Slow-Acting Agonist Activity
In a recent presentation, scientists from a large pharmaceutical company summarized studies conducted in their laboratory using the IP-One assay with Gq and Galpha16-coupled receptors.
One of the key findings of the study was the identification, using IP-One, of slow-acting agonist activity not detected by calcium mobilization.
High-throughput screening of this class of compounds may present technological limitations when seeking agonists with the calcium flux, the most commonly used existing HTS method for Gq-protein coupled receptor cell-based functional assays.
Calcium mobilization is a proven and widely used assay. The method can, however, require access to dedicated instrumentation and is limited by its extremely short readout time. These obstacles can increase screening turn-around and can lead to false negatives, particularly when looking for slow-acting agonists. The results presented show evidence of two slow-acting agonists with IP-One, but not with the calcium flux.

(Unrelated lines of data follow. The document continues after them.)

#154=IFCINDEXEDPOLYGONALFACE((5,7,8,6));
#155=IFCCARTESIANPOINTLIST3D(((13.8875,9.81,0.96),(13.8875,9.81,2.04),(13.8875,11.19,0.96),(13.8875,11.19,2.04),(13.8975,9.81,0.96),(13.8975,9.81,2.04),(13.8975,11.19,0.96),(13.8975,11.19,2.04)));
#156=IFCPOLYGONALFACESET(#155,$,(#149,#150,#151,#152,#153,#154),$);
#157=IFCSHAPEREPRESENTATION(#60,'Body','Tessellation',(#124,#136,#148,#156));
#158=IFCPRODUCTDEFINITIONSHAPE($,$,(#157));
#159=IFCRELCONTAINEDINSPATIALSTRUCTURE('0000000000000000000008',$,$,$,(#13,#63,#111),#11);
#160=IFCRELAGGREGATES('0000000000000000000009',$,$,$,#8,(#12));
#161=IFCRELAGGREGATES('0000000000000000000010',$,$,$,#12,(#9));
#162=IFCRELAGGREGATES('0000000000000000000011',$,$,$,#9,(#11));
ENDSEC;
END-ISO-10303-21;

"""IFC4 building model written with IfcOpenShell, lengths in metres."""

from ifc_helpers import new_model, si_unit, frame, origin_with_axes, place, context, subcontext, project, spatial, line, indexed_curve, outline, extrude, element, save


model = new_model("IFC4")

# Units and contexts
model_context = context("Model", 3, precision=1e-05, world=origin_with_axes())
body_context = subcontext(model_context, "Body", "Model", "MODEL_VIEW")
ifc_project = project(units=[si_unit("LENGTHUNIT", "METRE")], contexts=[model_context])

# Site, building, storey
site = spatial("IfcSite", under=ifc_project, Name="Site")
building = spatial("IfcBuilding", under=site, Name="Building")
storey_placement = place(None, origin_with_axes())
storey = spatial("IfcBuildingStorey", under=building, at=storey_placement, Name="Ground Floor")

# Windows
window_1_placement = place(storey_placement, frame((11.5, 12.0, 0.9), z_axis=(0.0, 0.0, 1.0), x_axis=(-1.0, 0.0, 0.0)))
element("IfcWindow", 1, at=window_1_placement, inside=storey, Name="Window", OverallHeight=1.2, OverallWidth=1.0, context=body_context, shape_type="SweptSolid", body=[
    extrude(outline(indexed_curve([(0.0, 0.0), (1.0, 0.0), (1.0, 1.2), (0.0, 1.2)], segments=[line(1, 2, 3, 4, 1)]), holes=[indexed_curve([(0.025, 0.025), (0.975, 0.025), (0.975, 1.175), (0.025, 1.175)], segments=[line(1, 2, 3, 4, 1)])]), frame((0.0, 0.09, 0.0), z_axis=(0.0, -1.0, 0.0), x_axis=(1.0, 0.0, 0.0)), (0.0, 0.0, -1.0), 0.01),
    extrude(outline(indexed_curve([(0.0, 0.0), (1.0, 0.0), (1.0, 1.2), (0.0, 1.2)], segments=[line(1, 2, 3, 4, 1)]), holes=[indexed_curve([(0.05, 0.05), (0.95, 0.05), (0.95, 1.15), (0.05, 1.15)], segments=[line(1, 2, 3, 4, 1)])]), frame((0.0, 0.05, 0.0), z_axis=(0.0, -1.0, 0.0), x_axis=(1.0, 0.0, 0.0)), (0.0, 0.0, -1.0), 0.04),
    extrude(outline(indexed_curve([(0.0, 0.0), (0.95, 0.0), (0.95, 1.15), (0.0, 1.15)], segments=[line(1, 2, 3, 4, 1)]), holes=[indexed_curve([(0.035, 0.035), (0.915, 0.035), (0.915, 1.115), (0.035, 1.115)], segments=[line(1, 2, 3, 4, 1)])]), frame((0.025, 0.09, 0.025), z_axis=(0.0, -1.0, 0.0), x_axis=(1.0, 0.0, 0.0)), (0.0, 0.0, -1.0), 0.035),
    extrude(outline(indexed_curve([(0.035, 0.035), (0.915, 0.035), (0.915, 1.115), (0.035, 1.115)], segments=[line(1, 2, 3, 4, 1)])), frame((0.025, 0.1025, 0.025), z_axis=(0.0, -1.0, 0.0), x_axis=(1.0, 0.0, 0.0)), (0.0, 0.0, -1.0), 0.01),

Characterization of Inverse Agonists
This article has shown that with second messengers, all compound classes can be investigated. In addition to the ones cited, this also includes inverse agonists.

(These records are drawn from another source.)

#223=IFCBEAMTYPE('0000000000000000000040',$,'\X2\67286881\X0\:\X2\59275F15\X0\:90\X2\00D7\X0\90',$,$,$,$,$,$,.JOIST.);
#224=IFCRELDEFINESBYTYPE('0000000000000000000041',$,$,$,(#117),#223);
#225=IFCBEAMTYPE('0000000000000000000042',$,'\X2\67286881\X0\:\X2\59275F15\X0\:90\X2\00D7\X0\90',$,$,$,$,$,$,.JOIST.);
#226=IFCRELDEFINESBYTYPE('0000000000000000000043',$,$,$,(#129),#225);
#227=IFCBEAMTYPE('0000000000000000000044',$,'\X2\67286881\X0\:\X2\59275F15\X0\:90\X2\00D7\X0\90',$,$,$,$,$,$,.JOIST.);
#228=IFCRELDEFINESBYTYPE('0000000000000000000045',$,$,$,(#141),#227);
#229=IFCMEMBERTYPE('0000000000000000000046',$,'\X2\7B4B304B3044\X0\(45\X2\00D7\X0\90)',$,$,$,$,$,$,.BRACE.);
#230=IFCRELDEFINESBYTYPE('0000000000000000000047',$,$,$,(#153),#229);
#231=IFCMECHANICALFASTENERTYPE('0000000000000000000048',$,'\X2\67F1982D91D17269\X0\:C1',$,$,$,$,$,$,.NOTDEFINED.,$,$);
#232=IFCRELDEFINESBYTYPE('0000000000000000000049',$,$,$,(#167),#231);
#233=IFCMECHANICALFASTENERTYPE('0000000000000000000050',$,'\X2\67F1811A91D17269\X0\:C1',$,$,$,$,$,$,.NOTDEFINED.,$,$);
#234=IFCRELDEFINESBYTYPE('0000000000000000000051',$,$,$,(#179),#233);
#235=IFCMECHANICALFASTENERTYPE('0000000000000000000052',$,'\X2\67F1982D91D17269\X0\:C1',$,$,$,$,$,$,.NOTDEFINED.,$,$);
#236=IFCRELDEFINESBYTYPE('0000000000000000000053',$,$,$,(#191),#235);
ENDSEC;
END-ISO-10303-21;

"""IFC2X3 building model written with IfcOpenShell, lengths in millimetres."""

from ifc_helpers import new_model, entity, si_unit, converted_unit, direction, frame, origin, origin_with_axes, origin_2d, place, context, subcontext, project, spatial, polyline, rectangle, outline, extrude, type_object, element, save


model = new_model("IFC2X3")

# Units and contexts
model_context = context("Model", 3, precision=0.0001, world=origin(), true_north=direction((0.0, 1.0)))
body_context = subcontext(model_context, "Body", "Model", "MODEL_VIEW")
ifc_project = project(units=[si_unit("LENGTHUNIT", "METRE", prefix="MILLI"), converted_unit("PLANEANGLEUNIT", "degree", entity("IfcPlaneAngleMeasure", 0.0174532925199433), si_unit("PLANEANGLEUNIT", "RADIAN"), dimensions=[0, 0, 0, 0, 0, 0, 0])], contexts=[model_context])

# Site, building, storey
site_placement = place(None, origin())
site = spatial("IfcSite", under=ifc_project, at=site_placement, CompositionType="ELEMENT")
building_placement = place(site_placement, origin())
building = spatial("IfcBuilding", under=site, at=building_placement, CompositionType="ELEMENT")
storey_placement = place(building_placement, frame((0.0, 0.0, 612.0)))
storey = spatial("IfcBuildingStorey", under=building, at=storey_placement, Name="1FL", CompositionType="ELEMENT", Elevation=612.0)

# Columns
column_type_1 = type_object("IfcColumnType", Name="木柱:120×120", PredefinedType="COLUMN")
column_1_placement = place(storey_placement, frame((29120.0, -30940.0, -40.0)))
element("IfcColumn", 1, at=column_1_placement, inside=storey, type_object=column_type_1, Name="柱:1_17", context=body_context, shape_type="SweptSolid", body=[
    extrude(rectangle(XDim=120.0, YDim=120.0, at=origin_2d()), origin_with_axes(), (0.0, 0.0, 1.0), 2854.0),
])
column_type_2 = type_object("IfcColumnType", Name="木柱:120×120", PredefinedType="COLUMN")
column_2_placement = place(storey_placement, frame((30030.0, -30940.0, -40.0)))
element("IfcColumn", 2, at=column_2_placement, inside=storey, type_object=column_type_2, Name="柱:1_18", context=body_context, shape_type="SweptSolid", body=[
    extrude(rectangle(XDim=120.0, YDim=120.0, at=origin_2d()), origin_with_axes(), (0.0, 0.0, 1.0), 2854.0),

A study presented at the Miptec Conference in Basel, Switzerland, late last year showed the characterization of an inverse agonist by using the IP-One Terbium assay. The identification of an inverse agonist effect on a constitutively active receptor is challenging with the calcium mobilization assay. However, due to its terbium cryptate technology, IP-One Tb’s properties include high light absorption, sensitivity, enhanced signal-to-noise ratio, low false-positive rate, and full reader compatibility, and these accumulation assays provide efficient sensitivity and assay windows to properly perform a screen in HTS conditions (Figure 4).